The School of Informatics, Computing, and Cyber Systems, Northern Arizona University, 1295 S Knoles Dr., Flagstaff, Arizona, 86001, USA.
Pathogen and Microbiome Institute, Northern Arizona University, 1395 S Knoles Dr., Flagstaff, Arizona, 86001, USA.
BMC Bioinformatics. 2018 Jun 11;19(1):222. doi: 10.1186/s12859-018-2225-z.
Targeted PCR amplicon sequencing (TAS) techniques provide a sensitive, scalable, and cost-effective way to query and identify closely related bacterial species and strains. Typically, this is accomplished by targeting housekeeping genes that provide resolution down to the family, genera, and sometimes species level. Unfortunately, this level of resolution is not sufficient in many applications where strain-level identification of bacteria is required (biodefense, forensics, clinical diagnostics, and outbreak investigations). Adding more genomic targets will increase the resolution, but the challenge is identifying the appropriate targets. VaST was developed to address this challenge by finding the minimum number of targets that, in combination, achieve maximum strain-level resolution for any strain complex. The final combination of target regions identified by the algorithm produce a unique haplotype for each strain which can be used as a fingerprint for identifying unknown samples in a TAS assay. VaST ensures that the targets have conserved primer regions so that the targets can be amplified in all of the known strains and it also favors the inclusion of targets with basal variants which makes the set more robust when identifying previously unseen strains.

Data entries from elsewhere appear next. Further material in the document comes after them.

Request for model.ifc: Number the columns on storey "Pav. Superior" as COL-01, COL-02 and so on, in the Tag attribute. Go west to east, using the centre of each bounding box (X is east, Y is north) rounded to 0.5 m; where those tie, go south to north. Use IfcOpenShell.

First a look at what the model holds.

```python
import ifcopenshell
import ifcopenshell.util.element
import ifcopenshell.util.placement

model = ifcopenshell.open("model.ifc")
print(model.schema)
storey = next(s for s in model.by_type("IfcBuildingStorey") if s.Name == "Pav. Superior")
columns = [e for e in ifcopenshell.util.element.get_decomposition(storey) if e.is_a("IfcColumn")]
for e in sorted(columns, key=lambda e: e.id()):
    origin = ifcopenshell.util.placement.get_local_placement(e.ObjectPlacement)[:3, 3]
    print(e.id(), e.Tag, e.Name, origin.round(2) + 0.0, sep=" | ")
```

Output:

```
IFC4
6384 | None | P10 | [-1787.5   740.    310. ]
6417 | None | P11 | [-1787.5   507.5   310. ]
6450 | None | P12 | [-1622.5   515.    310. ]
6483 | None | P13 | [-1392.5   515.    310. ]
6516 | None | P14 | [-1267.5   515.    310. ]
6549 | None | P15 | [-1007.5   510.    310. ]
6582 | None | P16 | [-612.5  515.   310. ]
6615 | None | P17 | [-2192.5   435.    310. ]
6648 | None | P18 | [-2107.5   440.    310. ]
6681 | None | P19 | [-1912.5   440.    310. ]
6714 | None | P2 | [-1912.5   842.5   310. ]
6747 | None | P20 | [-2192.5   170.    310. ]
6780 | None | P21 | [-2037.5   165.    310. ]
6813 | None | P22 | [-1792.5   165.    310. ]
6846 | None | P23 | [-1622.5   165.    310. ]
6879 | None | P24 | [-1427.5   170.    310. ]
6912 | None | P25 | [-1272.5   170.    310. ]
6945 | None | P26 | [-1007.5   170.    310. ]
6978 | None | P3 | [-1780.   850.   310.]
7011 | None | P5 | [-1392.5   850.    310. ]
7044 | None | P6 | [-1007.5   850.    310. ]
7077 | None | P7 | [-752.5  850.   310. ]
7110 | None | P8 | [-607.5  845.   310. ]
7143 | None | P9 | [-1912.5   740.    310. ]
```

```python
import ifcopenshell
import ifcopenshell.geom
import ifcopenshell.util.element
import ifcopenshell.util.shape

model = ifcopenshell.open("model.ifc")
settings = ifcopenshell.geom.settings()
settings.set("use-world-coords", True)


def centre(element):
    shape = ifcopenshell.geom.create_shape(settings, element)
    return ifcopenshell.util.shape.get_bbox_centroid(shape.geometry)


storey = next(s for s in model.by_type("IfcBuildingStorey") if s.Name == "Pav. Superior")
columns = [e for e in ifcopenshell.util.element.get_decomposition(storey) if e.is_a("IfcColumn")]

# Insertion points can sit at a corner or the storey origin, so sort by the geometry (in metres).
centres = {e: centre(e) for e in columns}
columns.sort(key=lambda e: (round(centres[e][0] / 0.5), centres[e][1]))

for i, e in enumerate(columns, start=1):
    number = f"COL-{i:02d}"
    e.Tag = number
    print(e.id(), number)

model.write("model_updated.ifc")
```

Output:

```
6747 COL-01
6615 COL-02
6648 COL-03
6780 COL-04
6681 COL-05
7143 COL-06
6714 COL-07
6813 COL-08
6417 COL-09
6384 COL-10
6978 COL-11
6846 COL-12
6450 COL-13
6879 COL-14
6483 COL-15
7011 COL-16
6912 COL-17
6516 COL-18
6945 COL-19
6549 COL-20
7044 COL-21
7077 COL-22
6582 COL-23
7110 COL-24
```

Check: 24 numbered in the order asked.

We analyzed VaST's performance using a number of different pathogenic species that are relevant to human disease outbreaks and biodefense. The number of targets required to achieve full resolution ranged from 20 to 88% fewer sites than what would be required in the worst case and most of the resolution is achieved within the first 20 targets. We computationally and experimentally validated one of the VaST panels and found that the targets led to accurate phylogenetic placement of strains, even when the strains were not a part of the original panel design.
VaST is an open source software that, when provided a set of variant sites, can find the minimum number of sites that will provide maximum resolution of a strain complex, and it has many different run-time options that can accommodate a wide range of applications. VaST can be an effective tool in the design of strain identification panels that, when combined with TAS technologies, offer an efficient and inexpensive strain typing protocol.
靶向 PCR 扩增子测序 (TAS) 技术提供了一种敏感、可扩展且具有成本效益的方法来查询和识别密切相关的细菌物种和菌株。通常,这是通过靶向提供分辨率达到家族、属,有时甚至种水平的管家基因来完成的。不幸的是,在需要细菌菌株鉴定的许多应用中,这种分辨率是不够的(生物防御、法医、临床诊断和疫情调查)。添加更多的基因组靶标将提高分辨率,但挑战在于确定合适的靶标。VaST 的开发是为了解决这一挑战,通过找到组合起来为任何菌株复合物实现最大菌株分辨率的最小靶标数量。算法确定的目标区域的最终组合为每个菌株生成一个独特的单倍型,可用于在 TAS 测定中识别未知样本。VaST 确保目标具有保守的引物区域,以便在所有已知菌株中扩增目标,并且还倾向于包含具有基础变体的目标,这使得在识别以前未见的菌株时,该集合更健壮。
我们使用与人类疾病爆发和生物防御相关的许多不同致病性物种分析了 VaST 的性能。实现完全分辨率所需的目标数量比最糟糕情况下所需的目标数量少 20%至 88%,并且大部分分辨率在 20 个目标内实现。我们通过计算和实验验证了 VaST 面板之一,发现即使菌株不是原始面板设计的一部分,目标也能准确地进行菌株的系统发育定位。
VaST 是一个开源软件,当提供一组变体位点时,它可以找到提供菌株复合物最大分辨率的最小数量的位点,并且它有许多不同的运行时选项,可以适应广泛的应用。当与 TAS 技术结合使用时,VaST 可以成为菌株识别面板设计的有效工具,提供一种高效且廉价的菌株分型方案。